Gensuche mit PCR

Eine häufige Ausgangslage in der Molekularbiologie besteht darin, dass man entweder bereits ein Gen kennt und den entsprechenden Nachbarn charakterisieren will oder dass man zu einer bestimmten Proteinsequenz das Gen sucht. In beiden Fällen ist die PCR heute die Methode der Wahl. Ein besonders wichtiges Problem in der Molekularbiologie ist das Auffinden eines Gens für ein bereits charakterisiertes Protein. Wenn man ausschließlich die Proteinsequenz kennt, kann man nur bei den Aminosäuren Methionin und Tryptophan direkt auf die DNA-Sequenz schließen. In allen anderen Fällen gibt es zwei, drei, vier oder gar sechs verschiedene Codons. Deswegen war man bei der Suche mit Hilfe von Hybridisierungsproben darauf angewiesen, Proteinabschnitte mit möglichst vielen Aminosäuren mit nur ein- oder zweideutigen Codons zu benutzen.

Bei der PCR ist das nun - zumindest theoretisch - völlig anders. Natürlich hat sich der genetische Code nicht geändert. Aber durch die Möglichkeit, in zwei aufeinander aufbauenden Runden dasselbe Fragment zu amplifizieren, erreicht man eine genügende Spezifität, um selbst mit völlig degenerierten Sequenzen das gesuchte Gen zu amplifizieren. Die Vorgehensweise, die unter dem Begriff nested PCR in die Literatur eingegangen ist, ist in Teil A der Abbildung dargestellt. Hat man erst einmal ein genügend großes Fragment der DNA amplifiziert, ist es ein leichtes, via Hybridisierung das vollständige Gen zu finden. Die Verwendung von Inosin scheint eine elegante Methode zu sein, um sich den gesuchten Sequenzen gezielt zu nähern. Allerdings gehört wohl auch häufig genug eine Portion Glück dazu, das richtige Gen mit Hilfe von Inosin zu fischen. Die Suche nach einem benachbartem Gen ist durch Teil C der Abbildung illustriert.
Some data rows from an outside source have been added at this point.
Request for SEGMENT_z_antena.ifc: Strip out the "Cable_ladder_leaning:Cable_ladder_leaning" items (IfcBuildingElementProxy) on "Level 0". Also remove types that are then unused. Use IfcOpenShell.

First a look at what the model holds.

```python
import ifcopenshell
import ifcopenshell.util.element

model = ifcopenshell.open("SEGMENT_z_antena.ifc")
print(model.schema)
storey = next(s for s in model.by_type("IfcBuildingStorey") if s.Name == "Level 0")
proxies = [e for e in ifcopenshell.util.element.get_decomposition(storey) if e.is_a("IfcBuildingElementProxy")]
seen = {}
for e in proxies:
    element_type = ifcopenshell.util.element.get_type(e)
    name = element_type.Name if element_type not in (None, e) else None
    seen[name] = seen.get(name, 0) + 1
for name, count in sorted(seen.items(), key=str):
    print(count, "x", name)
```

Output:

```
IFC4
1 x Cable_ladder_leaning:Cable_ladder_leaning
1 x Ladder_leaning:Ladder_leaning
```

```python
import ifcopenshell
import ifcopenshell.api.root
import ifcopenshell.util.element

model = ifcopenshell.open("SEGMENT_z_antena.ifc")

storey = next(s for s in model.by_type("IfcBuildingStorey") if s.Name == "Level 0")
proxies = [e for e in ifcopenshell.util.element.get_decomposition(storey) if e.is_a("IfcBuildingElementProxy")]
targets = [e for e in proxies if (t := ifcopenshell.util.element.get_type(e)) not in (None, e) and t.Name == "Cable_ladder_leaning:Cable_ladder_leaning"]
types = {ifcopenshell.util.element.get_type(e) for e in targets} - {None, *targets}

for e in targets:
    ifcopenshell.api.root.remove_product(model, product=e)
print(len(targets), "removed")

unused = [t for t in types if not ifcopenshell.util.element.get_types(t)]
for t in unused:
    ifcopenshell.api.root.remove_product(model, product=t)
print(len(unused), "unused types removed")

model.write("SEGMENT_z_antena_updated.ifc")
```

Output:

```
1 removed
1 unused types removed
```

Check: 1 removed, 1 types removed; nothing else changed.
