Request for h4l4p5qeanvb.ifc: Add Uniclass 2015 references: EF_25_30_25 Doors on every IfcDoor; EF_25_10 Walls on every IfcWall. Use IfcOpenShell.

First a look at what the model holds.

```python
import ifcopenshell

model = ifcopenshell.open("h4l4p5qeanvb.ifc")
print(model.schema)
print("classifications:", [c.Name for c in model.by_type("IfcClassification")])
for ifc_class in ("IfcDoor", "IfcRoof", "IfcStair", "IfcWall", "IfcWindow"):
    print(ifc_class, len(model.by_type(ifc_class)))
```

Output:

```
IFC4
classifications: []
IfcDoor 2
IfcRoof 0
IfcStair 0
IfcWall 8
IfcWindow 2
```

```python
import ifcopenshell
import ifcopenshell.api.classification

model = ifcopenshell.open("h4l4p5qeanvb.ifc")

system = ifcopenshell.api.classification.add_classification(model, classification="Uniclass 2015")

codes = {
    "IfcDoor": ("EF_25_30_25", "Doors"),
    "IfcWall": ("EF_25_10", "Walls"),
}
for ifc_class, (code, name) in codes.items():
    products = model.by_type(ifc_class)
    ifcopenshell.api.classification.add_reference(
        model, products=products, classification=system, identification=code, name=name
    )
    print(code, len(products))

model.write("h4l4p5qeanvb_updated.ifc")
```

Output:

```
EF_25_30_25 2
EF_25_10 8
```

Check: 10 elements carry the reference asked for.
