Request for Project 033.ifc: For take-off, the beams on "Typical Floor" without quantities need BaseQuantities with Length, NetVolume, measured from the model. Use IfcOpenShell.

First a look at what the model holds.

```python
import ifcopenshell
import ifcopenshell.util.element
import ifcopenshell.util.unit

model = ifcopenshell.open("Project 033.ifc")
print(model.schema)
for unit_type in ("LENGTHUNIT", "AREAUNIT", "VOLUMEUNIT"):
    print(unit_type, ifcopenshell.util.unit.calculate_unit_scale(model, unit_type))
storey = next(s for s in model.by_type("IfcBuildingStorey") if s.Name == "Typical Floor")
beams = [e for e in ifcopenshell.util.element.get_decomposition(storey) if e.is_a("IfcBeam")]
for e in sorted(beams, key=lambda e: e.id()):
    print(e.id(), e.is_a(), e.Name, list(ifcopenshell.util.element.get_psets(e, qtos_only=True)), sep=" | ")
```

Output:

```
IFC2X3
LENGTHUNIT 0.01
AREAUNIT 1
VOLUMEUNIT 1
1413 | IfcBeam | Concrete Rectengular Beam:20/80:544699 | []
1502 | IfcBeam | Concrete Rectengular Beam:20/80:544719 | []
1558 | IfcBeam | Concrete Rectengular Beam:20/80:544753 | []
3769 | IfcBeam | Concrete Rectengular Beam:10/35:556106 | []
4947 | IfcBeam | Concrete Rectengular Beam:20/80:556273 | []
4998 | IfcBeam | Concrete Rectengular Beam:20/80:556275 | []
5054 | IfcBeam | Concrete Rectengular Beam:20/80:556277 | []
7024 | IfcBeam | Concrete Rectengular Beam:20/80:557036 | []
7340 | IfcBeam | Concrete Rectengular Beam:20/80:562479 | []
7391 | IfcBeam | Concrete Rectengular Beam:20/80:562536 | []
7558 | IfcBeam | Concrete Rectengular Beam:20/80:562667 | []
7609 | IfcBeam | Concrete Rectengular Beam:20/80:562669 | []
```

```python
import ifcopenshell
import ifcopenshell.api.pset
import ifcopenshell.geom
import ifcopenshell.util.element
import ifcopenshell.util.shape
import ifcopenshell.util.unit

model = ifcopenshell.open("Project 033.ifc")
unit_scale = ifcopenshell.util.unit.calculate_unit_scale(model)
volume_scale = ifcopenshell.util.unit.calculate_unit_scale(model, "VOLUMEUNIT")
settings = ifcopenshell.geom.settings()

storey = next(s for s in model.by_type("IfcBuildingStorey") if s.Name == "Typical Floor")
beams = [e for e in ifcopenshell.util.element.get_decomposition(storey) if e.is_a("IfcBeam")]

for e in sorted(beams, key=lambda e: e.id()):
    if ifcopenshell.util.element.get_psets(e, qtos_only=True, should_inherit=False):
        continue
    # Geometry comes back in metres, in the element's own axes.
    shape = ifcopenshell.geom.create_shape(settings, e)
    values = {
        "Length": ifcopenshell.util.shape.get_max_xyz(shape.geometry) / unit_scale,
        "NetVolume": ifcopenshell.util.shape.get_volume(shape.geometry) / volume_scale,
    }
    qto = ifcopenshell.api.pset.add_qto(model, product=e, name="BaseQuantities")
    ifcopenshell.api.pset.edit_qto(model, qto=qto, properties=values)
    print(e.id(), {k: round(v, 3) for k, v in values.items()})

model.write("Project 033-out.ifc")
```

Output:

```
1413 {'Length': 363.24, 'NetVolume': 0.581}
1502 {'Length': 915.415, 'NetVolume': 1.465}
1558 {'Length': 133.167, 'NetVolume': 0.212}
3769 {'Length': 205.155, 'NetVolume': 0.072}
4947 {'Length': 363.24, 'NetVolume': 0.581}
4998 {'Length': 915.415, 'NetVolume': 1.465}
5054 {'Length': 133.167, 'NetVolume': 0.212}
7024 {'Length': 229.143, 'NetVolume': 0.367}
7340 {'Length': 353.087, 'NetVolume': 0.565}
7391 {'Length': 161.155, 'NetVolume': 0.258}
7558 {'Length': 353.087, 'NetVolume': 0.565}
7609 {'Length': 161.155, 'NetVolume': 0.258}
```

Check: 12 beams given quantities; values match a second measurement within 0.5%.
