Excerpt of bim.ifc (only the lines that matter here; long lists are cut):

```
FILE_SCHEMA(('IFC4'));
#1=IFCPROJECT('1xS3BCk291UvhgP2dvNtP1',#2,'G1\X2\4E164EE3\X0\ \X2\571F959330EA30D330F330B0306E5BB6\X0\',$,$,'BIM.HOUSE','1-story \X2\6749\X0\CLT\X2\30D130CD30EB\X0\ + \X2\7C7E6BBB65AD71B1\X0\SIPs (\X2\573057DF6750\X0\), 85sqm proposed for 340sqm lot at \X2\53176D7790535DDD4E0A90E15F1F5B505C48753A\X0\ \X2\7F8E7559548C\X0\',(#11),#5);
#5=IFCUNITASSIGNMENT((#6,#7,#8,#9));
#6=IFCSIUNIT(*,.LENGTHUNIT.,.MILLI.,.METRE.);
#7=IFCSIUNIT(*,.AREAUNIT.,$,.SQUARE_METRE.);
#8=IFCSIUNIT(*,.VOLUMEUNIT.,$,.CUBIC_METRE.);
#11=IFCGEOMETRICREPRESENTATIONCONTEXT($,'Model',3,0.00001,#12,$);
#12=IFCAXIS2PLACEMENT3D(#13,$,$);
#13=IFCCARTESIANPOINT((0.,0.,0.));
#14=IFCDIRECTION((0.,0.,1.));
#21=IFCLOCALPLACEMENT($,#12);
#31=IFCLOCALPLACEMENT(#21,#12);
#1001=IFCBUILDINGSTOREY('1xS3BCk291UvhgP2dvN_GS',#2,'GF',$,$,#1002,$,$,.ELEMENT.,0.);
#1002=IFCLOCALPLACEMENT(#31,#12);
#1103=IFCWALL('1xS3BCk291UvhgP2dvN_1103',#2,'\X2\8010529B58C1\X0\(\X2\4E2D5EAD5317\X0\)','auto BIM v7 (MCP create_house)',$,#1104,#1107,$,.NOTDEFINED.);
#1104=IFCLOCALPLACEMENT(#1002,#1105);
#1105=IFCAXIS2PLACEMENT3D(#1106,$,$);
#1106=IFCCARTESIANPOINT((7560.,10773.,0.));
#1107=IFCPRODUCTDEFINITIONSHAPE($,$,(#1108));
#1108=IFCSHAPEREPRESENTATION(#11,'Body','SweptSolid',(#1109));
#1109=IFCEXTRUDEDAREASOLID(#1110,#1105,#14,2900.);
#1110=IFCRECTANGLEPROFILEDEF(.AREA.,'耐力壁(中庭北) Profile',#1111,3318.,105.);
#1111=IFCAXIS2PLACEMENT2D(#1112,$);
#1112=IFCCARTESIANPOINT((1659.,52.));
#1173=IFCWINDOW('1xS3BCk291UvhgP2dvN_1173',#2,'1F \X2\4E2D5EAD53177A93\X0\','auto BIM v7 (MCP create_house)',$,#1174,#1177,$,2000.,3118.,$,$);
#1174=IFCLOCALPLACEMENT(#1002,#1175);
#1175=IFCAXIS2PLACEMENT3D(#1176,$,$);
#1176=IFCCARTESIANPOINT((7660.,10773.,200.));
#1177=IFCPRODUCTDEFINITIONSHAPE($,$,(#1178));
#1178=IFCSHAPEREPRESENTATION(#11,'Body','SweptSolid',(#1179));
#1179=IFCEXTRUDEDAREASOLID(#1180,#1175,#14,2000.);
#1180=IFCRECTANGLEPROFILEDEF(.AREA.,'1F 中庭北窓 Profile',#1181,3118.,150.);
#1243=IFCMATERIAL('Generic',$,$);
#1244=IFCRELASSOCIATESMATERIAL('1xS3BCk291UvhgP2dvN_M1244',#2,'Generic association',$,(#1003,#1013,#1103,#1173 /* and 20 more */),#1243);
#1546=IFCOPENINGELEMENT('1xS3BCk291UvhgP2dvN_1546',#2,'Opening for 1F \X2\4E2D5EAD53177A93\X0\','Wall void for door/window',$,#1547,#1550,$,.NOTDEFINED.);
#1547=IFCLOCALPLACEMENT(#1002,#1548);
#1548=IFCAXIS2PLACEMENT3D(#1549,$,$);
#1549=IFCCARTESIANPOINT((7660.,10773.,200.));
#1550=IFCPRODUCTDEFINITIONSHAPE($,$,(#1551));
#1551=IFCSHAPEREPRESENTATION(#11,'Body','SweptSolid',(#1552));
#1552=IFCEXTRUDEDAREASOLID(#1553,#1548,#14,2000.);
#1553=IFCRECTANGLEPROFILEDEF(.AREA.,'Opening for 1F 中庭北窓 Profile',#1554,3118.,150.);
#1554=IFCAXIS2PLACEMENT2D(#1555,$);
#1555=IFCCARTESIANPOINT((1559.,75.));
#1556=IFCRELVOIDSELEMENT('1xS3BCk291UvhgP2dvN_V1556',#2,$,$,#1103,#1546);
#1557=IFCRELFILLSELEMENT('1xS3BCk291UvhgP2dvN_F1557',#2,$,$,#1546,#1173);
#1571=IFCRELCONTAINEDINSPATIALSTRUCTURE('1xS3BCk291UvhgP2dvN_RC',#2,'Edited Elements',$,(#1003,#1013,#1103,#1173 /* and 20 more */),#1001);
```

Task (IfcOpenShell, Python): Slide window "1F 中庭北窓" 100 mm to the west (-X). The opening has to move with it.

```python
import ifcopenshell
import ifcopenshell.api.geometry
import ifcopenshell.util.placement
import ifcopenshell.util.unit

model = ifcopenshell.open("bim.ifc")
unit_scale = ifcopenshell.util.unit.calculate_unit_scale(model)

window = model.by_guid("1xS3BCk291UvhgP2dvN_1173")
opening = window.FillsVoids[0].RelatingOpeningElement
wall = opening.VoidsElements[0].RelatingBuildingElement

wall_matrix = ifcopenshell.util.placement.get_local_placement(wall.ObjectPlacement)
shift = wall_matrix[:3, 0] * -0.1 / unit_scale
before = ifcopenshell.util.placement.get_local_placement(window.ObjectPlacement)[:3, 3].copy()

# The window is not placed relative to its opening, so move both.
for product in (opening, window):
    matrix = ifcopenshell.util.placement.get_local_placement(product.ObjectPlacement)
    matrix[:3, 3] += shift
    ifcopenshell.api.geometry.edit_object_placement(model, product=product, matrix=matrix, is_si=False)

after = ifcopenshell.util.placement.get_local_placement(window.ObjectPlacement)[:3, 3]
print("window moved by", (after - before).round(3) + 0.0)

model.write("bim_edited.ifc")
```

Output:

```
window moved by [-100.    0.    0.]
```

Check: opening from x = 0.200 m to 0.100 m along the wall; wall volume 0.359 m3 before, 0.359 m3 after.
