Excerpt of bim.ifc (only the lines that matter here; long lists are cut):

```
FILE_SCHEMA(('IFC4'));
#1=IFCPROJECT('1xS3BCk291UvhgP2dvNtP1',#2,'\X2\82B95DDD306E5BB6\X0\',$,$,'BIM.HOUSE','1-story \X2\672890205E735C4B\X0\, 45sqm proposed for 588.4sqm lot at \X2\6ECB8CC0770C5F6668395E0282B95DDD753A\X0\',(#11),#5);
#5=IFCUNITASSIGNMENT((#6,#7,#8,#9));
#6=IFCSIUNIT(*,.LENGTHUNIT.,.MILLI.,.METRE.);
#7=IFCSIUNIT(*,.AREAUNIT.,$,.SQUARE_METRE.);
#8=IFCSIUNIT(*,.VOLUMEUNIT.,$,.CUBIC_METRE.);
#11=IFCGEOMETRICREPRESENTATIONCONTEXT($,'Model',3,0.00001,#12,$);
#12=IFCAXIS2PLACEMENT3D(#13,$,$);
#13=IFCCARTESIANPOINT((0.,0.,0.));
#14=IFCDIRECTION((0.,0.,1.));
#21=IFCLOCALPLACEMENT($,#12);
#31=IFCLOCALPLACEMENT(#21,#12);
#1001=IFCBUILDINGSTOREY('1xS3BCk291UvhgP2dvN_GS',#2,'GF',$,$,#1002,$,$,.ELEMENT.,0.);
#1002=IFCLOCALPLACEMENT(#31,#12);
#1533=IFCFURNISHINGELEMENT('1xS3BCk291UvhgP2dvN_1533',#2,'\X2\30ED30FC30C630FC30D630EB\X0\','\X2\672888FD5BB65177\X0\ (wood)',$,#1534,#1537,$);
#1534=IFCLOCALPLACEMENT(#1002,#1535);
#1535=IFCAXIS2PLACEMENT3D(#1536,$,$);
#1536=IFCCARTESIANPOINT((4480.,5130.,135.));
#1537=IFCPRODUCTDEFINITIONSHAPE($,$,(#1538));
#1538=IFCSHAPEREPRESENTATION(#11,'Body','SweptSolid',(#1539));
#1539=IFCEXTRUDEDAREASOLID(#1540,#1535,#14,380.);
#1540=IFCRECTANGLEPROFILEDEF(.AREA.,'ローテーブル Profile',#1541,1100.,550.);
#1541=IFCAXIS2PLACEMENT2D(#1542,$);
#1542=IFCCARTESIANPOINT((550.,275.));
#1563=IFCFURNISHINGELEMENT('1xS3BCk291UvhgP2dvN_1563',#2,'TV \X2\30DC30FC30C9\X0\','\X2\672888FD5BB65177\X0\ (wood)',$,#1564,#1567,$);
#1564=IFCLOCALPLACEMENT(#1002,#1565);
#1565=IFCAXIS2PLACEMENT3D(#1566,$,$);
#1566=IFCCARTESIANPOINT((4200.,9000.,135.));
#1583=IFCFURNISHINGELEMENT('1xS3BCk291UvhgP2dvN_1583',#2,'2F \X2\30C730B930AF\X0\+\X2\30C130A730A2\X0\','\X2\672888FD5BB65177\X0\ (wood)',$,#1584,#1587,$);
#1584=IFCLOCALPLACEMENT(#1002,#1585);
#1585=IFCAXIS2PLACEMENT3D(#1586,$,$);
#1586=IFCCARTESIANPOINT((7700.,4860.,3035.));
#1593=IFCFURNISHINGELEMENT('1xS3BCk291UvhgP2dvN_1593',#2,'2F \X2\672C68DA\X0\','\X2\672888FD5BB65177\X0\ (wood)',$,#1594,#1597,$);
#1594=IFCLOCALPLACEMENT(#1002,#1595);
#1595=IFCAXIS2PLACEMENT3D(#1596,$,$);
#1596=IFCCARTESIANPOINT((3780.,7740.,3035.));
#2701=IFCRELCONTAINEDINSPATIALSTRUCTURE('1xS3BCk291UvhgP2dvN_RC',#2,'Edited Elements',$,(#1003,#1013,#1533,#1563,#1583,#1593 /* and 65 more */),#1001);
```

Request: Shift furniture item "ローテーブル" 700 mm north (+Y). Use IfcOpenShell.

```python
import ifcopenshell
import ifcopenshell.api.geometry
import ifcopenshell.util.placement
import ifcopenshell.util.unit

model = ifcopenshell.open("bim.ifc")
unit_scale = ifcopenshell.util.unit.calculate_unit_scale(model)

item = model.by_guid("1xS3BCk291UvhgP2dvN_1533")
matrix = ifcopenshell.util.placement.get_local_placement(item.ObjectPlacement)
matrix[1, 3] += 0.7 / unit_scale
ifcopenshell.api.geometry.edit_object_placement(model, product=item, matrix=matrix, is_si=False)

print(ifcopenshell.util.placement.get_local_placement(item.ObjectPlacement).round(3) + 0.0)

model.write("bim_rev.ifc")
```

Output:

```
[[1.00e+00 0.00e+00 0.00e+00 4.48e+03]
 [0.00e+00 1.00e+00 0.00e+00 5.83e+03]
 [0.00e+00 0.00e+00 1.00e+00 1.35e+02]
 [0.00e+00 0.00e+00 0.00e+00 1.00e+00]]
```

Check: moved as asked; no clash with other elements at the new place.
Man benutzt die so genannte inverse PCR. Diese Methode ist mit dem primer walking unter Verwendung von Restriktionsfragmenten und sequenzieller Hybridisierung verwandt. Die inverse PCR hat den Vorteil, dass die gesuchten Abschnitte sofort als klonierbares Material vorliegen.

Abb.1 Schema: Gensuche mit PCR

Teil A: Anwendungsbeispiel für extrem degenerierte Primer. Durch die Verwendung von Oligonucleotid-Gemischen kann man unsichere Aminosäure-Positionen abdecken. In einem ersten Schritt werden in diesem Beispiel die Primer R112 mit 12.288 Möglichkeiten und A232 mit 73.728 Möglichkeiten eingesetzt. Setzt man nun das Gemisch aus der ersten PCR in eine zweite PCR ein und verwendet zusätzlich Inosin, um die Zahl der Möglichkeiten zu reduzieren, bekommt man mit ein wenig Glück die gesuchte DNA-Sequenz. Teil B: stellt die in Teil A beschriebene nested PCR noch einmal schematisch dar. Teil C: Ablaufschema für die inverse PCR. Diese Methode wird invers genannt, weil man von einer bekannten Sequenz ausgeht und sie nach einem Ringschluss quasi umstülpt. Dazu werden zwei flankierende Restriktionsschnittstellen desselben Enzyms (hier Ndel) benutzt, die etwa in dem gewünschten Abstand liegen müssen und nicht in dem bereits bekannten Bereich vorkommen dürfen. Umgekehrt wird eine singuläre Restriktionsschnittstelle (hier Xhol) benötigt, die nur in dem bereits bekannten Bereich vorkommt. Durch abwechselndes Schneiden und Ligieren kommen die ausgewählten Primer-Bindungsstellen, die zuerst nach außen zeigten, so zu liegen, dass die Amplifikationen wieder aufeinander zulaufen können. Der dazwischen liegende Bereich wird jetzt synthetisiert und kann durch den im Produkt singulären Ndel-Schnitt wieder getrennt werden. Bei diesem Vorgehen ergeben sich zwar zahlreiche Ligationsprodukte, jedoch wird nur das gewünschte Produkt amplifiziert. Andere Ligationsprodukte mit mehr als einem Ndel-Schnitt werden zwar gebildet, fallen später aber nicht ins Gewicht, weil sie durch Nachschneiden mit Ndel entfernt werden können. Da derartige Fragmente aus einer nicht-definierten Position kommen, dürfen sich nicht als Nachbarfragmente eingeordnet werden.